▶ [Data section]:
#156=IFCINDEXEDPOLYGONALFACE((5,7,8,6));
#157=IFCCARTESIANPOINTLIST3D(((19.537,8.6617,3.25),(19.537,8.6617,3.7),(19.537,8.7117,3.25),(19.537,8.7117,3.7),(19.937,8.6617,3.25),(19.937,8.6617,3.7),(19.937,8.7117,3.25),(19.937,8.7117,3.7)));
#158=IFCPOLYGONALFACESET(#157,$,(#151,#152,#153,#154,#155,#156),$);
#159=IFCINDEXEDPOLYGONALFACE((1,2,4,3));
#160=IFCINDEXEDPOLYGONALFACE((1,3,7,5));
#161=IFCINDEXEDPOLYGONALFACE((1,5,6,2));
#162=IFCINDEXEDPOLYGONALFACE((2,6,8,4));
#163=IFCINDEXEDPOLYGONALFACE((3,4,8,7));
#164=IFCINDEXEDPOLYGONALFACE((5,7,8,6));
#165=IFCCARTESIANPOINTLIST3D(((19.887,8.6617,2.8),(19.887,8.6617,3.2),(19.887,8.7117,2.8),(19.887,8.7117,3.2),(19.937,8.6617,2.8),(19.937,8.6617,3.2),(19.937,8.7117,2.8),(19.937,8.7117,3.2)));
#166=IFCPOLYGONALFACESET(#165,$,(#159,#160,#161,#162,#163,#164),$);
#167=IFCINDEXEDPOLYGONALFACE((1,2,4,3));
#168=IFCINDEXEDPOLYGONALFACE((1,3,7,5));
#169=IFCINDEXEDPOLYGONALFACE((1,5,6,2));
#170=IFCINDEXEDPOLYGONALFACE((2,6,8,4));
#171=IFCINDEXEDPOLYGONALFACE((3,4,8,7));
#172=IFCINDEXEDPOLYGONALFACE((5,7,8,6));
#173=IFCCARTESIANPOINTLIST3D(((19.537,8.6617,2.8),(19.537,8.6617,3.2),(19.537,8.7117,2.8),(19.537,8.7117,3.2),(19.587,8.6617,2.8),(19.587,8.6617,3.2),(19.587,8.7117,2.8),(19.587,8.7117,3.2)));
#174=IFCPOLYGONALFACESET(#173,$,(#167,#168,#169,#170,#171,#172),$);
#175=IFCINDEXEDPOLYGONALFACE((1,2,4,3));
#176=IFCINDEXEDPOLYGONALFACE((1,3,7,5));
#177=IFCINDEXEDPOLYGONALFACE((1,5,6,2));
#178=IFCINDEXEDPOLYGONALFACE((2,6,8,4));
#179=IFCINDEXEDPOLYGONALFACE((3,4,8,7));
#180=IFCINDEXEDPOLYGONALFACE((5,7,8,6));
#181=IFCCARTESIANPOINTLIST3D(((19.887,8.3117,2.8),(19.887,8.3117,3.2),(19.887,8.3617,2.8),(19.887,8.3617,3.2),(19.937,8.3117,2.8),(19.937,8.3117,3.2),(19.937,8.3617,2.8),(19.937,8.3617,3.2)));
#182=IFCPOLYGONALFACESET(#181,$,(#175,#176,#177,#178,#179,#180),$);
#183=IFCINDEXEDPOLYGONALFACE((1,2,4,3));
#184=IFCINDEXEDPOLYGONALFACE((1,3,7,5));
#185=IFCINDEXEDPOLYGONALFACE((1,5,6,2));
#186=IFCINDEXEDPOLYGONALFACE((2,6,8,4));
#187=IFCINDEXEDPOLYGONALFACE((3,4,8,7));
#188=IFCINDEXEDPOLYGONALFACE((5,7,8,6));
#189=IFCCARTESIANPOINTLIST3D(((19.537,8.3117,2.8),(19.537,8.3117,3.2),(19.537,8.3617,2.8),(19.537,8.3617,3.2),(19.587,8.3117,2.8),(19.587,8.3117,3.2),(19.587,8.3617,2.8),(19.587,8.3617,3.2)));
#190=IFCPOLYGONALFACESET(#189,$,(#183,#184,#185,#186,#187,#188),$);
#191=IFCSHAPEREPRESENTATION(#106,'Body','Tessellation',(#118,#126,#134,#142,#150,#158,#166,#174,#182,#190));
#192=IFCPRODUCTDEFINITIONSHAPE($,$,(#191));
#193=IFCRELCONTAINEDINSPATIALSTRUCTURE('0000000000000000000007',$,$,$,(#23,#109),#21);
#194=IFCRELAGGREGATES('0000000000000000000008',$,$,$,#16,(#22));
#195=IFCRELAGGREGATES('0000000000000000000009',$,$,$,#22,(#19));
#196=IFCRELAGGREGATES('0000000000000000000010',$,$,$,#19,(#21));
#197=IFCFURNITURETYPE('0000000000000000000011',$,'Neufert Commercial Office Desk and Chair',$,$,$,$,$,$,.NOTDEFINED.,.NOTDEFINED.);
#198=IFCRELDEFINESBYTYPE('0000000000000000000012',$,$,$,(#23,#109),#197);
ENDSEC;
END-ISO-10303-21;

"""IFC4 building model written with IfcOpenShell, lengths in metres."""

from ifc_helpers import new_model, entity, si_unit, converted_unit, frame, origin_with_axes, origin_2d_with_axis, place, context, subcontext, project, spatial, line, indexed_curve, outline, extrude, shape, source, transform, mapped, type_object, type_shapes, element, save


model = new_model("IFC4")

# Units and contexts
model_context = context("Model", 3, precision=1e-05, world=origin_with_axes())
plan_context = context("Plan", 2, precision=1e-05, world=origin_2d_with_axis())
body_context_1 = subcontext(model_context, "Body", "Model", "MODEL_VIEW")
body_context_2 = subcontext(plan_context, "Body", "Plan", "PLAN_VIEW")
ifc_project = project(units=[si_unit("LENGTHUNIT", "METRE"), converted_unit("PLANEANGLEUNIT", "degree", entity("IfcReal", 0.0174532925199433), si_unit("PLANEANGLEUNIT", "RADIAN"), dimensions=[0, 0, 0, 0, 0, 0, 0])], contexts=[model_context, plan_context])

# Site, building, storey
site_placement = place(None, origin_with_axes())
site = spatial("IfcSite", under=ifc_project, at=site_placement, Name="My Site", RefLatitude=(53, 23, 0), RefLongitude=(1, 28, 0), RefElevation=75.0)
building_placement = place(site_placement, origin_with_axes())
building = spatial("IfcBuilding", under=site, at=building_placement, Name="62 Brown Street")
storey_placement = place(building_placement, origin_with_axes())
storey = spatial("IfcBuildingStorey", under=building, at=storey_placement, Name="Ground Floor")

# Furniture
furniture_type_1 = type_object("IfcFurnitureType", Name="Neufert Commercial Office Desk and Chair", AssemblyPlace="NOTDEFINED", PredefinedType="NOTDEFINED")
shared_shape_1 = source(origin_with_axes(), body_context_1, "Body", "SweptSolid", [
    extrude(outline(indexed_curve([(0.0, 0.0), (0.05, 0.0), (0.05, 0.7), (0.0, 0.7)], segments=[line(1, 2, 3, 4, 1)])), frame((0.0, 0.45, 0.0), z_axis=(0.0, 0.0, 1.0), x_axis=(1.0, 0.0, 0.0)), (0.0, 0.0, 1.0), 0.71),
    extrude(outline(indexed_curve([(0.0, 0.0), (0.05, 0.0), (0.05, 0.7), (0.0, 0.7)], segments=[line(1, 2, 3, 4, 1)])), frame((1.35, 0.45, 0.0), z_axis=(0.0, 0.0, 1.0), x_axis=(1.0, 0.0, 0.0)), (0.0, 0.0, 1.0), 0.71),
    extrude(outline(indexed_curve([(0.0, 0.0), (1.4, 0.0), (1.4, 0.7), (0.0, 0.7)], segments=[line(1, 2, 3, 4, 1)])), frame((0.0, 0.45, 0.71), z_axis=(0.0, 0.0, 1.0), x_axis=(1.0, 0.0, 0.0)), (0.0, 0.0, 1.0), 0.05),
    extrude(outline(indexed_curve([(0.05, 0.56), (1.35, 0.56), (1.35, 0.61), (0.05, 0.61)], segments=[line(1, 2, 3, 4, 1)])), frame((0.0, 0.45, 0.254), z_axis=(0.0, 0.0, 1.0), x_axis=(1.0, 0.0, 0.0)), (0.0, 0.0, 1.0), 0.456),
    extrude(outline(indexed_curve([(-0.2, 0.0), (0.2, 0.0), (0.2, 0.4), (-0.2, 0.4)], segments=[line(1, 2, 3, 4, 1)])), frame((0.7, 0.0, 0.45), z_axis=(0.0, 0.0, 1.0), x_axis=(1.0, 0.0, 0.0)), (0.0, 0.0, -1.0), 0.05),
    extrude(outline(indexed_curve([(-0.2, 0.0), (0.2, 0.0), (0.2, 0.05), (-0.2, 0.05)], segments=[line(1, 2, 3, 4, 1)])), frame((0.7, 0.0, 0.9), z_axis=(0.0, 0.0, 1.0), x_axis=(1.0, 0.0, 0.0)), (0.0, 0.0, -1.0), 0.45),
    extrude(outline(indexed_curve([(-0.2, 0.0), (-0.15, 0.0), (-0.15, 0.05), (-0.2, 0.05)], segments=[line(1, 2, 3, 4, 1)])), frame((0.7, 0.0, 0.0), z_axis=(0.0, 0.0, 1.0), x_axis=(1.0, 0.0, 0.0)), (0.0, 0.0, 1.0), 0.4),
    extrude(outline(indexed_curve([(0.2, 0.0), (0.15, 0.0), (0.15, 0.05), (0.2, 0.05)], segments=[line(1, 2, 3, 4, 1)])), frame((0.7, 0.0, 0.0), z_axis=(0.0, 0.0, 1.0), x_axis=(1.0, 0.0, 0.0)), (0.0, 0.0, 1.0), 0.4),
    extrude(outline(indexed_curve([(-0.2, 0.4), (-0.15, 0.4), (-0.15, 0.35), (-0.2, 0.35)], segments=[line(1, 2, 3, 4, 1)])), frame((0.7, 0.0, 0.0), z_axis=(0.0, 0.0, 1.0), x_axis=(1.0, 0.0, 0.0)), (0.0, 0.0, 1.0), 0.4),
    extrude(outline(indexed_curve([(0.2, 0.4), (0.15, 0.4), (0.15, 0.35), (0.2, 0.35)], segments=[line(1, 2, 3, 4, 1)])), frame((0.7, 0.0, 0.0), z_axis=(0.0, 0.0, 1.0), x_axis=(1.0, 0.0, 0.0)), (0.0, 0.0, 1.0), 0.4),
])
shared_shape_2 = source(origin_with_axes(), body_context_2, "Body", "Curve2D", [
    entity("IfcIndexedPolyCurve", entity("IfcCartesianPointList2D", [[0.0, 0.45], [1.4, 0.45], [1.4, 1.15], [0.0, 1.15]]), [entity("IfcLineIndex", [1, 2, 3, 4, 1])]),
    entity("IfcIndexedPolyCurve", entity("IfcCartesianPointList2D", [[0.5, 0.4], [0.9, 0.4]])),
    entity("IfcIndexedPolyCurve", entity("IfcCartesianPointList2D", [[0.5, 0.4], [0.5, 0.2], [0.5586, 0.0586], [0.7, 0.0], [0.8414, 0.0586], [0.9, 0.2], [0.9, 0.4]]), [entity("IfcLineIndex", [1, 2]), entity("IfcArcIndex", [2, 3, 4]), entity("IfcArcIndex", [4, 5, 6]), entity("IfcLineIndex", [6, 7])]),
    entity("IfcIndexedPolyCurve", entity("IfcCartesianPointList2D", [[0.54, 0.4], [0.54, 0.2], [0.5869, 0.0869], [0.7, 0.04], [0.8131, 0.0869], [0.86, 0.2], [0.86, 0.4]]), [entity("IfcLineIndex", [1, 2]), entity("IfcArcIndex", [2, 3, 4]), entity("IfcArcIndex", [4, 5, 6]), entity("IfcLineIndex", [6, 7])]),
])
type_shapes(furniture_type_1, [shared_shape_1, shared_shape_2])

▶ [Assigned task]: Give back exactly the lines above starting at the line where "#180=IFCINDEXEDPOLYGONALFACE((5,7,8,6));" appears and ending at the line where "#192=IFCPRODUCTDEFINITIONSHAPE($,$,(#191));" appears, both included, with no other lines.

▶ [Result]:
#180=IFCINDEXEDPOLYGONALFACE((5,7,8,6));
#181=IFCCARTESIANPOINTLIST3D(((19.887,8.3117,2.8),(19.887,8.3117,3.2),(19.887,8.3617,2.8),(19.887,8.3617,3.2),(19.937,8.3117,2.8),(19.937,8.3117,3.2),(19.937,8.3617,2.8),(19.937,8.3617,3.2)));
#182=IFCPOLYGONALFACESET(#181,$,(#175,#176,#177,#178,#179,#180),$);
#183=IFCINDEXEDPOLYGONALFACE((1,2,4,3));
#184=IFCINDEXEDPOLYGONALFACE((1,3,7,5));
#185=IFCINDEXEDPOLYGONALFACE((1,5,6,2));
#186=IFCINDEXEDPOLYGONALFACE((2,6,8,4));
#187=IFCINDEXEDPOLYGONALFACE((3,4,8,7));
#188=IFCINDEXEDPOLYGONALFACE((5,7,8,6));
#189=IFCCARTESIANPOINTLIST3D(((19.537,8.3117,2.8),(19.537,8.3117,3.2),(19.537,8.3617,2.8),(19.537,8.3617,3.2),(19.587,8.3117,2.8),(19.587,8.3117,3.2),(19.587,8.3617,2.8),(19.587,8.3617,3.2)));
#190=IFCPOLYGONALFACESET(#189,$,(#183,#184,#185,#186,#187,#188),$);
#191=IFCSHAPEREPRESENTATION(#106,'Body','Tessellation',(#118,#126,#134,#142,#150,#158,#166,#174,#182,#190));
#192=IFCPRODUCTDEFINITIONSHAPE($,$,(#191));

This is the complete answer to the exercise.